We have also combined some of the features used in PhishPatrol with other approaches to detect phishing Web sites. Jason Hong has been leading our group’s development of a tool called CANTINA, which analyzes the content of a Web page in combination with other heuristics to determine whether or not the page is part of a phishing site. CANTINA first employs a well-known information-retrieval algorithm to identify five terms that are important on a given Web page but relatively uncommon on the Internet overall. For example, on an eBay log-in page, this “lexical signature” might be, “eBay, user, sign, help, forgot.” If you were to search for these five terms using Google, the legitimate eBay login page would appear among the top search results. Phishing Web sites that have replicated the eBay log-in page are unlikely to appear because one of the criteria Google’s proprietary algorithm uses in ranking a Web page is the number of links to it from other pages on the Internet, so legitimate pages are more likely to be in the top results. This approach is not foolproof, however, especially if a legitimate site was recently created; thus, it is only one of several features that CANTINA considers in assessing a Web site.

The Evolving Threat

We in the computer security community are not the only ones continually seeking to improve our performance. As antiphishing technologies get better, attackers adapt their tactics. Phishing messages are now being sent via instant messenger and mobile phone text messaging. Phishers are using online games such as World of Warcraft and messaging features of social-networking sites such as MySpace and Facebook to lure their victims. Another type of phishing attack involves setting up Wi-Fi access points in public places and spoofing (imitating) the log-in pages of legitimate Wi-Fi vendors. These attacks are used to steal victims’ passwords as well as to infect their computers with malware.

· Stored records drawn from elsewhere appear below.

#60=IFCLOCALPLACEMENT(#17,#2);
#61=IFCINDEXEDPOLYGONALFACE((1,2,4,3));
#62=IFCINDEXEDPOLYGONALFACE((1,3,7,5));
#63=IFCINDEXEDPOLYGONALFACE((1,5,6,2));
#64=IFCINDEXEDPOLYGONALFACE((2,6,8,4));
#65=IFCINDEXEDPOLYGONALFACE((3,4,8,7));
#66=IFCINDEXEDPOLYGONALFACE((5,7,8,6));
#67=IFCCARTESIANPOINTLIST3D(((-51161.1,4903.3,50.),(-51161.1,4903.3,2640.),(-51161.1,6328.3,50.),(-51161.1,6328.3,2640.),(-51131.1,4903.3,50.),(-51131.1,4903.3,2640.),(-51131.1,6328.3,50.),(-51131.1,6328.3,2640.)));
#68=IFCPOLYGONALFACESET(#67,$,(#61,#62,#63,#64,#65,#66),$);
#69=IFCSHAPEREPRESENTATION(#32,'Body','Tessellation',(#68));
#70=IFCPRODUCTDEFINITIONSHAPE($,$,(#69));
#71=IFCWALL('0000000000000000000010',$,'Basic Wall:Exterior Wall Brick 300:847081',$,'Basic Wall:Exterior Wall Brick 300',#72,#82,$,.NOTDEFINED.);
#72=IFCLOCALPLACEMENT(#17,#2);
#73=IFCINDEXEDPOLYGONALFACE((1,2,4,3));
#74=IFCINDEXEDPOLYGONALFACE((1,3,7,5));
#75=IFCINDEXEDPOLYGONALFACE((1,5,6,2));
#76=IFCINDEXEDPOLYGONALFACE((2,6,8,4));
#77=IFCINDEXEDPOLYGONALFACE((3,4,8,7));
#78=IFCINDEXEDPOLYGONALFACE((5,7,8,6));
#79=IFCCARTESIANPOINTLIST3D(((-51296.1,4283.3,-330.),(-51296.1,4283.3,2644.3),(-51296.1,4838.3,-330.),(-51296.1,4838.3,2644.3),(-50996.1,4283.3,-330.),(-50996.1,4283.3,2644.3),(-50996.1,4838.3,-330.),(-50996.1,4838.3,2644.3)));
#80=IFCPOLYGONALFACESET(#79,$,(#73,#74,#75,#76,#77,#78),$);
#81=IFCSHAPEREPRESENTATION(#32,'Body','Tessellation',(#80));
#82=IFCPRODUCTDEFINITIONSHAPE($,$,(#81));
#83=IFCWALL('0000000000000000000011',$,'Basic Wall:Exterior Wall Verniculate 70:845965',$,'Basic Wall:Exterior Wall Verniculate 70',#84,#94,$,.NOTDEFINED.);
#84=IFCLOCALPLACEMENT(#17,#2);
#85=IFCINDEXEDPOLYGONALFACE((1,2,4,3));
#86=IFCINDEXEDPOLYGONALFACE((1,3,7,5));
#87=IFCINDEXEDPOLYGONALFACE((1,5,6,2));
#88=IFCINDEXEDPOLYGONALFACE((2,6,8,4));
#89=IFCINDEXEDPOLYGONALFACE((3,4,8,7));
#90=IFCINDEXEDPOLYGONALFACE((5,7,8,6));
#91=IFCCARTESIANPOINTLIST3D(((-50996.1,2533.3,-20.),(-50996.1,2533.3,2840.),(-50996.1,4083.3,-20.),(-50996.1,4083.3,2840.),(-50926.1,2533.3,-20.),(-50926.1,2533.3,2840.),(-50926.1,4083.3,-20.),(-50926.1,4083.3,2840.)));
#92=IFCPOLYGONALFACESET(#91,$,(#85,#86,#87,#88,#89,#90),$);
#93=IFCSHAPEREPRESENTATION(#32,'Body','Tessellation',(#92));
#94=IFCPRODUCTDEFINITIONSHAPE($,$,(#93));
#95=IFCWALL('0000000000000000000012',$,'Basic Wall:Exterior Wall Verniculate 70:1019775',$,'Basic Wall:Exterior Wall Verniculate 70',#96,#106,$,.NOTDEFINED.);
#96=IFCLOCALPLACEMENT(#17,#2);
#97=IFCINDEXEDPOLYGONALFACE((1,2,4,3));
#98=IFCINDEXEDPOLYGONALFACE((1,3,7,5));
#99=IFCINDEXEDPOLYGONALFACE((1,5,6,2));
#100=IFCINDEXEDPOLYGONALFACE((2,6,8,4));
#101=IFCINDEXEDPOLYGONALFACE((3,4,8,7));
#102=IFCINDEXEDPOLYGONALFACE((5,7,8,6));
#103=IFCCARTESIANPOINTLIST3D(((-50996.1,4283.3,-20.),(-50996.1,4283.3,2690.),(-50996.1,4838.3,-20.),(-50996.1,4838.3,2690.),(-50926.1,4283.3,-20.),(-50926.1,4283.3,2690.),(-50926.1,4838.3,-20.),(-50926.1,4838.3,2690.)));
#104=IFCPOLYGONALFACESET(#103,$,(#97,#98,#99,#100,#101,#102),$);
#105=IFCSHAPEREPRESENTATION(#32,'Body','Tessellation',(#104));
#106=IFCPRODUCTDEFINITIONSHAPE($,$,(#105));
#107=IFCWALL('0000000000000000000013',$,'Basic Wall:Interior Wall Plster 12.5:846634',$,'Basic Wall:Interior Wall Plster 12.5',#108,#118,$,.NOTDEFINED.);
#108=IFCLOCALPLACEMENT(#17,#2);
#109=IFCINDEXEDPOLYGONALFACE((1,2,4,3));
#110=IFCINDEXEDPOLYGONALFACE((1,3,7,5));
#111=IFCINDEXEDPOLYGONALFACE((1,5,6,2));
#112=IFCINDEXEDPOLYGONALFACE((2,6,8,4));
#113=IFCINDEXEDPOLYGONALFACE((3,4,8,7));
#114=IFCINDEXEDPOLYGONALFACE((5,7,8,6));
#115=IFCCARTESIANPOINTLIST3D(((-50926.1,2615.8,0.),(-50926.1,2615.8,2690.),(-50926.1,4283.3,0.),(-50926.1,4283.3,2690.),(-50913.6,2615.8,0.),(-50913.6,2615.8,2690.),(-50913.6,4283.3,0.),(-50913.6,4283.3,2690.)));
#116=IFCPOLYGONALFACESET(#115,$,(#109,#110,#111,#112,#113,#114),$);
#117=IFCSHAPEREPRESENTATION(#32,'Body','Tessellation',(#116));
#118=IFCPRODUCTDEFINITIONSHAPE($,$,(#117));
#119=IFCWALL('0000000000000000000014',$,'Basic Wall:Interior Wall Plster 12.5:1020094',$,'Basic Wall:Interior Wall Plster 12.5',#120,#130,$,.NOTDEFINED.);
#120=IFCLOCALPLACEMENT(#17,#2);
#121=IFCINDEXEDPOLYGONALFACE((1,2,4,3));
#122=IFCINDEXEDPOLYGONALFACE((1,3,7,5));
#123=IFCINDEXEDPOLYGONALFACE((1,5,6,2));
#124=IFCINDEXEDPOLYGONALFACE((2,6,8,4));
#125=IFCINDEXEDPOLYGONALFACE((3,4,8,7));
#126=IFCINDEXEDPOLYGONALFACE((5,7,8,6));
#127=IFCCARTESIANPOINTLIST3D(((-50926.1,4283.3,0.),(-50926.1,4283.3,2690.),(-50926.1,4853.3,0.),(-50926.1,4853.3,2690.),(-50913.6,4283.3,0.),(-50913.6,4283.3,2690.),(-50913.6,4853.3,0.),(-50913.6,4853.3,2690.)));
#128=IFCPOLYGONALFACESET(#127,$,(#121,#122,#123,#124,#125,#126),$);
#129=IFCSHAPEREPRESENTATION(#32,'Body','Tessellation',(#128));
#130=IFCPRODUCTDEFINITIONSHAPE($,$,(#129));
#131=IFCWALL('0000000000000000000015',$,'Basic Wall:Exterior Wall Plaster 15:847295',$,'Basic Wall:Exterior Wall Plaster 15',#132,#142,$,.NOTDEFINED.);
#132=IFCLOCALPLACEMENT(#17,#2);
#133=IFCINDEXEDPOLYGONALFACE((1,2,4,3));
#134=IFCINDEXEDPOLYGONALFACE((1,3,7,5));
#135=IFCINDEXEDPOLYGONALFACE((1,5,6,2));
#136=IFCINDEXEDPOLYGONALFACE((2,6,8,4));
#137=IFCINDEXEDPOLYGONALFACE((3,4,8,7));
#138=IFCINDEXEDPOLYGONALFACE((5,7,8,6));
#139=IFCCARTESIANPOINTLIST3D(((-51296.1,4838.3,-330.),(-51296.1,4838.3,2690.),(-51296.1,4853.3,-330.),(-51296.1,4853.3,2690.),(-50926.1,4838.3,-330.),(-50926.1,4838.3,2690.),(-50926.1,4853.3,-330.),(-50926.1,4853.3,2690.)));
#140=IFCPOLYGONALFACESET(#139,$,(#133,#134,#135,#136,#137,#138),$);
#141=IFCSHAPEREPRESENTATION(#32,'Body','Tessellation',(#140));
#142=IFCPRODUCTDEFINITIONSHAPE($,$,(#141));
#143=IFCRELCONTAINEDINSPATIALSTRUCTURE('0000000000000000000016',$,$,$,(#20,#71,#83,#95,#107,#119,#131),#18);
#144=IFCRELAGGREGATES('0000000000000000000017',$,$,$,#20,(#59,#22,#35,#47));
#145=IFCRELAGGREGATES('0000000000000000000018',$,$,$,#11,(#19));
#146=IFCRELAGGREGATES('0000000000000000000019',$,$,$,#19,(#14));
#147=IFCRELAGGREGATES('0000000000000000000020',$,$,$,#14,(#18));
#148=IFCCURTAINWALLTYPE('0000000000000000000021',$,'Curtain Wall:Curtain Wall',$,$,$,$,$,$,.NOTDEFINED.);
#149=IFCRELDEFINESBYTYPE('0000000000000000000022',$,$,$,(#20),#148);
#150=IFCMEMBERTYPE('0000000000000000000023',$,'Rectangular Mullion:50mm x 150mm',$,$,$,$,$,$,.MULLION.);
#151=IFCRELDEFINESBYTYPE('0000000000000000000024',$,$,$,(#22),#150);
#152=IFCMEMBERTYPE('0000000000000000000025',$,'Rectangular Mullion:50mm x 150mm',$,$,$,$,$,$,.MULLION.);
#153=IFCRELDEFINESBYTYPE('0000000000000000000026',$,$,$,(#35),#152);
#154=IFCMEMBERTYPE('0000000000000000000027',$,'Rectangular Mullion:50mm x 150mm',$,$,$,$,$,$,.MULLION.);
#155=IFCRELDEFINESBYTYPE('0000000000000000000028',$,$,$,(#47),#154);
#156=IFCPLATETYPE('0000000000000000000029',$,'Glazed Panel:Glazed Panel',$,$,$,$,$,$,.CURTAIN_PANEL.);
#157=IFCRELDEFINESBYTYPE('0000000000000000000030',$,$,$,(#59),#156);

Organized gangs of phishers leverage thousands of compromised computers as launch
points for their attacks. For instance, a group believed to be based in eastern Europe and known as the “Rock Phish gang” uses compromised computers to relay messages to phishing sites. It can thus send phishing messages that appear to originate from those computers, masking the Web address of the actual phishing site and making it difficult for law enforcement to find the real source of the attack.

Another evasive tactic this gang uses is a system that security experts have dubbed “fastflux,” in which the phishers manipulate Internet domain name servers to continuously change the numerical addresses corresponding with phishing domain names.

Phishing is only lucrative, of course, if phishers have a way of converting stolen credit-card
numbers and other credentials into cash. Thus, phishers often recruit “mules” by advertising for people to fi ll work-from-home jobs or by befriending Internet users and convincing them that the phishers need their help. Mules are often unsuspecting victims themselves, who may believe they have been employed to perform a legitimate job. Yet a mule’s real job is to transfer stolen money and to be the person who gets caught if law enforcement catches on.

By constantly improving phishing detection software and educating users about new types of phishing attacks as they are discovered, the number of phishing victims can be reduced. Coordinating international law-enforcement efforts and finding ways to make phishing less lucrative will also help. Still, phishing remains an arms race that will be hard to eliminate completely without stopping it at the source, so consumers need every form of protection they can get.